Sono orgoglioso di come si sono comportati i miei questa sera. Sarà dura al ritorno, ma ricordo di aver vissuto anche dei bei momenti in quello stadio. Possiamo farcela.

Arsenal-Bayern Monaco 0-2. Wenger: “Rizzoli ha rovinato la gara”
In contemporanea al match di San Siro si giocava un’altra sfida dal grande fascino: Arsenal-Bayern Monaco. La partita non ha deluso le aspettative, anzi. Dopo un avvio veemente dei Gunners, l’arbitro italiano Rizzoli si è preso la scena, fischiando un rigore per parte. Prima l’errore di Ozil che si lascia neutralizzare dal connazionale Neuer, poi quello di Alaba che colpisce il palo. Tutto pari, tranne gli uomini in campo: con il rigore fischiato ai tedeschi, infatti, Rizzoli ha anche espulso il portiere Szczesny per fallo da ultimo uomo su Robben. Una scelta che ha condizionato non poco la gara che da lì si è messa in discesa per gli uomini di Guardiola. Nella ripresa, infatti, l’Arsenal non è più riuscita a pungere e ha subito gli inevitabili attacchi bavaresi, fino al collasso totale sotto i colpi di Kroos e Muller. A fine gara, un onesto Guardiola ha ammesso il vantaggio di aver giocato con un uomo in più, mentre Wenger si è infuriato con il direttore di gara:

L’episodio del rigore ha ucciso la gara. Mi sento frustrato. L’espulsione? Queste regole sono diverse in ciascun Paese. In Italia per questo tipo di falli ti mandano fuori. Io credo che il nostro portiere volesse davvero solo colpire il pallone, ma ha colpito Robben, che ha anche accentuato il tutto, come gli ho detto a fine partita.

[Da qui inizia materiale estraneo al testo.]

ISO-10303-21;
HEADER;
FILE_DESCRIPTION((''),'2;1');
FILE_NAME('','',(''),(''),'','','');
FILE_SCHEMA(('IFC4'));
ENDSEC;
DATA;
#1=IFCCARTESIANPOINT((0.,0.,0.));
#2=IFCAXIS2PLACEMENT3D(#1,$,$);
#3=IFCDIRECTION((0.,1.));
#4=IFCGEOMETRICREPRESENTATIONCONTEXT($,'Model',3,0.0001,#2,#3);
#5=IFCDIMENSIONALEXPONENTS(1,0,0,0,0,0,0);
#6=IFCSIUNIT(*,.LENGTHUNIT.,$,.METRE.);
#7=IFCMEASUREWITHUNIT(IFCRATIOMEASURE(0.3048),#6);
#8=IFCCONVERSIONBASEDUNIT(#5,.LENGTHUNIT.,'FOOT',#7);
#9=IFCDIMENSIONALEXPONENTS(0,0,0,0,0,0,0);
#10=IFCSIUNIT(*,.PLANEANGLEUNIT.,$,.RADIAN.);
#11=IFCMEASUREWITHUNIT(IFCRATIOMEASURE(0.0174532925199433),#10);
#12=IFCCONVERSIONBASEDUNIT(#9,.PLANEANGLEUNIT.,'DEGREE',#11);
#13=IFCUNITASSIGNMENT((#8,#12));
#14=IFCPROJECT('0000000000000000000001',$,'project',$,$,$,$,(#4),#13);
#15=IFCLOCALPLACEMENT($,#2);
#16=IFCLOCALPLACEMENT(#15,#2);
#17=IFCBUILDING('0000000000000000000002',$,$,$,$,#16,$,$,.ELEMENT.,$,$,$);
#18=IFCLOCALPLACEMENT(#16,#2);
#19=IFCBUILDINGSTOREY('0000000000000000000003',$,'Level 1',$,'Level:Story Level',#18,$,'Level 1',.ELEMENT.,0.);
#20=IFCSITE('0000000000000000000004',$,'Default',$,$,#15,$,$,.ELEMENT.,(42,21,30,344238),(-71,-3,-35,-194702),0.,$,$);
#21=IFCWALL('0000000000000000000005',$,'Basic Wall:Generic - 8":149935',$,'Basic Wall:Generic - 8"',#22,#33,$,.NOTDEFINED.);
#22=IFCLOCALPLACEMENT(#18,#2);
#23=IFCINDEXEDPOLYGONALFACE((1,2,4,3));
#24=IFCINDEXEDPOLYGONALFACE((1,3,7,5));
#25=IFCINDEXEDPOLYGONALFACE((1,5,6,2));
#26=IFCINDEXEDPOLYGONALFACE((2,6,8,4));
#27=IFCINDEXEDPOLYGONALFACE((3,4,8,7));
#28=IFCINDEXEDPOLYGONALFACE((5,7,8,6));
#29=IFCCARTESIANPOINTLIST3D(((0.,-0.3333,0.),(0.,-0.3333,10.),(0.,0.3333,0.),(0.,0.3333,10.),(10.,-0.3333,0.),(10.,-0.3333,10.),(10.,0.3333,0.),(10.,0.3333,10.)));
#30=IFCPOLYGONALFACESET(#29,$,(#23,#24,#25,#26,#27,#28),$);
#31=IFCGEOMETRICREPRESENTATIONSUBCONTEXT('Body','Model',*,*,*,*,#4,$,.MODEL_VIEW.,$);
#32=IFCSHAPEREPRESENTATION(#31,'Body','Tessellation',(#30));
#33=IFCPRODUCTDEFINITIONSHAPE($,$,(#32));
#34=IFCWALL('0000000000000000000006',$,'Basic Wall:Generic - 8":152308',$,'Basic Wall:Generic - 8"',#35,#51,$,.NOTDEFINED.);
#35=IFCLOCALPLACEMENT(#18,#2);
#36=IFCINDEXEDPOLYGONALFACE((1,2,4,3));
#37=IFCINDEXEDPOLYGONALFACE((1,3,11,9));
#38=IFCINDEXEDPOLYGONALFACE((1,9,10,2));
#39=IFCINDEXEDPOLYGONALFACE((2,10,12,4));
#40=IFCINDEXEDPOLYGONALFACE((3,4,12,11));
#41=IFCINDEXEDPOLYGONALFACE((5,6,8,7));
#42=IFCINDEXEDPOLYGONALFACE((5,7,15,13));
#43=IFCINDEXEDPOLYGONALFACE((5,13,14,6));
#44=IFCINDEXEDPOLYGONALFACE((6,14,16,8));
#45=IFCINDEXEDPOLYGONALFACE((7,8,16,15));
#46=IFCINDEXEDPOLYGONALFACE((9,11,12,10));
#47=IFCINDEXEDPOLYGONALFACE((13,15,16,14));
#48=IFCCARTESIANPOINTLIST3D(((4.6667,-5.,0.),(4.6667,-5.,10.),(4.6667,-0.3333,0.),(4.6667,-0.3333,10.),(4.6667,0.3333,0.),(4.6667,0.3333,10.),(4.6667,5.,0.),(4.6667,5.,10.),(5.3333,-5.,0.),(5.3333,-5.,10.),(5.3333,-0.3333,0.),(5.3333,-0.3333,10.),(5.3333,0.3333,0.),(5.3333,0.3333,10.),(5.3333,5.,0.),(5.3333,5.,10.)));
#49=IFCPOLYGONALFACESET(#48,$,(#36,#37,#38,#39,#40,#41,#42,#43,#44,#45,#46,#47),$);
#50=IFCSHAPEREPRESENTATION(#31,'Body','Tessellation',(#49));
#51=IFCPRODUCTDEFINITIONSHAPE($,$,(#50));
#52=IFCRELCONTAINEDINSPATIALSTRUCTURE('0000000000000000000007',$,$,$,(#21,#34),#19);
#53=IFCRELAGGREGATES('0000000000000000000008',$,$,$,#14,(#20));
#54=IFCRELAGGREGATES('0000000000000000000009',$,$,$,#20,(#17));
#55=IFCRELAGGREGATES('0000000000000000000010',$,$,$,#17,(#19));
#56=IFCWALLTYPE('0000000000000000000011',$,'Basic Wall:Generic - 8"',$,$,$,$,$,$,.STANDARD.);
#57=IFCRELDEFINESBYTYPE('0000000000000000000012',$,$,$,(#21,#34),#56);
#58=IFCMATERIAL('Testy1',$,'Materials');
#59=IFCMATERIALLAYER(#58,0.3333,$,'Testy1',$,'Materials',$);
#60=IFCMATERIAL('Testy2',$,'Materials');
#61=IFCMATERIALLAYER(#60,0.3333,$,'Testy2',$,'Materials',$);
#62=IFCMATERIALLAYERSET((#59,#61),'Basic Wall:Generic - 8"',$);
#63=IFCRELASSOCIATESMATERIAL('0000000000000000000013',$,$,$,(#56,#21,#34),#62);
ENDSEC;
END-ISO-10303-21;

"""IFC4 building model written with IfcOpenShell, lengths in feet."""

from ifc_helpers import new_model, entity, si_unit, converted_unit, direction, frame, frame_2d, origin, place, context, subcontext, project, spatial, rectangle, extrude, material, layer, layer_set, layer_usage, type_object, element, save


model = new_model("IFC4")

# Units and contexts
model_context = context("Model", 3, precision=0.0001, world=origin(), true_north=direction((0.0, 1.0)))
body_context = subcontext(model_context, "Body", "Model", "MODEL_VIEW")
ifc_project = project(units=[converted_unit("LENGTHUNIT", "FOOT", entity("IfcRatioMeasure", 0.3048), si_unit("LENGTHUNIT", "METRE"), dimensions=[1, 0, 0, 0, 0, 0, 0]), converted_unit("PLANEANGLEUNIT", "DEGREE", entity("IfcRatioMeasure", 0.0174532925199433), si_unit("PLANEANGLEUNIT", "RADIAN"), dimensions=[0, 0, 0, 0, 0, 0, 0])], contexts=[model_context])

# Site, building, storey
site_placement = place(None, origin())
site = spatial("IfcSite", under=ifc_project, at=site_placement, Name="Default", CompositionType="ELEMENT", RefLatitude=(42, 21, 30, 344238), RefLongitude=(-71, -3, -35, -194702), RefElevation=0.0)
building_placement = place(site_placement, origin())
building = spatial("IfcBuilding", under=site, at=building_placement, CompositionType="ELEMENT")
storey_placement = place(building_placement, origin())
storey = spatial("IfcBuildingStorey", under=building, at=storey_placement, Name="Level 1", ObjectType="Level:Story Level", LongName="Level 1", CompositionType="ELEMENT", Elevation=0.0)

# Wall
ifc_material_1 = material(Name="Testy1", Category="Materials")
ifc_layer_1 = layer(ifc_material_1, 0.3333, Name="Testy1", Category="Materials")
ifc_material_2 = material(Name="Testy2", Category="Materials")
ifc_layer_2 = layer(ifc_material_2, 0.3333, Name="Testy2", Category="Materials")
ifc_layer_set = layer_set([ifc_layer_1, ifc_layer_2], Name="Basic Wall:Generic - 8\"")
ifc_layer_usage_1 = layer_usage(ifc_layer_set, "AXIS2", "NEGATIVE", 0.3333)
wall_type = type_object("IfcWallType", Name="Basic Wall:Generic - 8\"", PredefinedType="STANDARD", material=ifc_layer_set)
wall_1_placement = place(storey_placement, origin())
element("IfcWall", 1, at=wall_1_placement, inside=storey, type_object=wall_type, material=ifc_layer_usage_1, Name="Basic Wall:Generic - 8\":149935", ObjectType="Basic Wall:Generic - 8\"", PredefinedType="NOTDEFINED", context=body_context, shape_type="SweptSolid", body=[
    extrude(rectangle(XDim=10.0, YDim=0.6667, at=frame_2d((5.0, 0.0), x_axis=(-1.0, 0.0))), origin(), (0.0, 0.0, 1.0), 10.0),
])

# Wall, opening
ifc_layer_usage_2 = layer_usage(ifc_layer_set, "AXIS2", "NEGATIVE", 0.3333)
wall_2_placement = place(storey_placement, frame((5.0, -5.0, 0.0), z_axis=(0.0, 0.0, 1.0), x_axis=(0.0, 1.0, 0.0)))
wall_2 = element("IfcWall", 2, at=wall_2_placement, inside=storey, type_object=wall_type, material=ifc_layer_usage_2, Name="Basic Wall:Generic - 8\":152308", ObjectType="Basic Wall:Generic - 8\"", PredefinedType="NOTDEFINED", context=body_context, shape_type="SweptSolid", body=[
    extrude(rectangle(XDim=10.0, YDim=0.6667, at=frame_2d((5.0, 0.0), x_axis=(-1.0, 0.0))), origin(), (0.0, 0.0, 1.0), 10.0),
])
opening_placement = place(storey_placement, frame((5.0, -5.0, 0.0), z_axis=(0.0, 0.0, 1.0), x_axis=(0.0, 1.0, 0.0)))
element("IfcOpeningElement", 3, at=opening_placement, cuts=wall_2, PredefinedType="OPENING", context=body_context, shape_type="SweptSolid", body=[
    extrude(rectangle(XDim=10.0, YDim=0.6667, at=frame_2d((0.0, 0.0), x_axis=(1.0, 0.0))), frame((4.6667, 0.0, 5.0), z_axis=(1.0, 0.0, 0.0), x_axis=(0.0, 0.0, -1.0)), (0.0, 0.0, 1.0), 0.6667),
])

save(model, "model.ifc")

Manchester City-Barcellona 0-2. Martino: “Guai a rilassarsi”
Molte polemiche anche nell’ottavo tra Manchester City e Barcellona. All’Ethiad gli inglesi hanno dimostrato di poter tener testa ai campioni del “Tata” Martino, concedendo loro solo uno sterile possesso palla e qualche tiro da fuori. Almeno fino al minuto 54, quando Lionel Messi è stato atterrato fuori area da Demichelis e l’arbitro Eriksson ha pensato bene di decretare il calcio di rigore. Lo stesso argentino ha realizzato il gol del vantaggio, seguito poi dal raddoppio di Dani Alves che complica ancor di più il ritorno a Pellegrini, ma non fa certo dormire tranquillo Martino:

Dobbiamo restare calmi e continuare così. Non bisogna assolutamente rilassarsi.

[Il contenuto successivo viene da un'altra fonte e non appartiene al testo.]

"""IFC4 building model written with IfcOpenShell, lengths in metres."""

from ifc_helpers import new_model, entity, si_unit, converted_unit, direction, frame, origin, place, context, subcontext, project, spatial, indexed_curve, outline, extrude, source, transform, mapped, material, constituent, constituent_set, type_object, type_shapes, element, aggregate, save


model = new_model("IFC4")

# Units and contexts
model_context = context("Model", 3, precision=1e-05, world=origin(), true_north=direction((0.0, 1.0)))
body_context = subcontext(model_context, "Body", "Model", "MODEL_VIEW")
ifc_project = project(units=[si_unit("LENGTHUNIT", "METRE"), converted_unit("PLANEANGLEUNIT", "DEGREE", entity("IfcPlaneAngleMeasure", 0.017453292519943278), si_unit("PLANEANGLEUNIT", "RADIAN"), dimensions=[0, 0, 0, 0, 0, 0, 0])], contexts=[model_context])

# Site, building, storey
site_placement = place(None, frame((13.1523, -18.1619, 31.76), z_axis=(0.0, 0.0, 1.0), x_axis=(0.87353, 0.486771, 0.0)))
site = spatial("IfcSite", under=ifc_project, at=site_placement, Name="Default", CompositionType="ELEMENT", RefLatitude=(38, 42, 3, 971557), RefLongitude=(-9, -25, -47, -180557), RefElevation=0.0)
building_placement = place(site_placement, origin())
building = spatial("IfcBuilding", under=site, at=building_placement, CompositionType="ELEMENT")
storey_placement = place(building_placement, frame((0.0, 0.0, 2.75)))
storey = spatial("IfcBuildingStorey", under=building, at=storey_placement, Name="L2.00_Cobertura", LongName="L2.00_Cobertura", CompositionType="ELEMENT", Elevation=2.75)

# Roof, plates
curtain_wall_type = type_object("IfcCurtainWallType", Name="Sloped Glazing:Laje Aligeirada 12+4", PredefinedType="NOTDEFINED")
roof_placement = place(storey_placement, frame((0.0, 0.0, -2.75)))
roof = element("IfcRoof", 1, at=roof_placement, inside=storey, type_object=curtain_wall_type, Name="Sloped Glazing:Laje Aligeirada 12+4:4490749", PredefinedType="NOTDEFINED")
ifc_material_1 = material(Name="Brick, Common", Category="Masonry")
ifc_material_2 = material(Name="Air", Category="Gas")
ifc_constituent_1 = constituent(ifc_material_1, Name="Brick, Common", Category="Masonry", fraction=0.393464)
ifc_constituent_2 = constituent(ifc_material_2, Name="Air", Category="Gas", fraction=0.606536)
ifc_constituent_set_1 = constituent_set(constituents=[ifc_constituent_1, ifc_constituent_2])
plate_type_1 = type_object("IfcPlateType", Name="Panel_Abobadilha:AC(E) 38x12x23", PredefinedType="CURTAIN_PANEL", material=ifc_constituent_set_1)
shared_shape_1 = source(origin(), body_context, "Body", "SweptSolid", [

Bayer Leverkusen-Paris Saint-Germain 0-4
Di sicuro la sfida che ammette meno discussioni di tutte è stata quella tra Bayer Leverkusen e Psg, con i francesi di Blanc che hanno praticamente annientano le resistenze tedesche già nel primo tempo. Merito del vantaggio di un inesauribile Matuidi, propiziato dall’assist di un Verratti sempre più fenomeno. E, ovviamente, merito di Zlatan Ibrahimovic che cerca di combattere il suo mal di Champions con una doppietta che ricorda molto quella siglata col Milan contro l’Arsenal due anni fa: primo gol su rigore e secondo su azione. Nel secondo tempo, poi, c’è spazio per il sigillo finale dell’ambizioso Cabaye che, a fine gara, ha confessato:

Abbiamo una grande squadra e vogliamo vincere tutte le competizioni.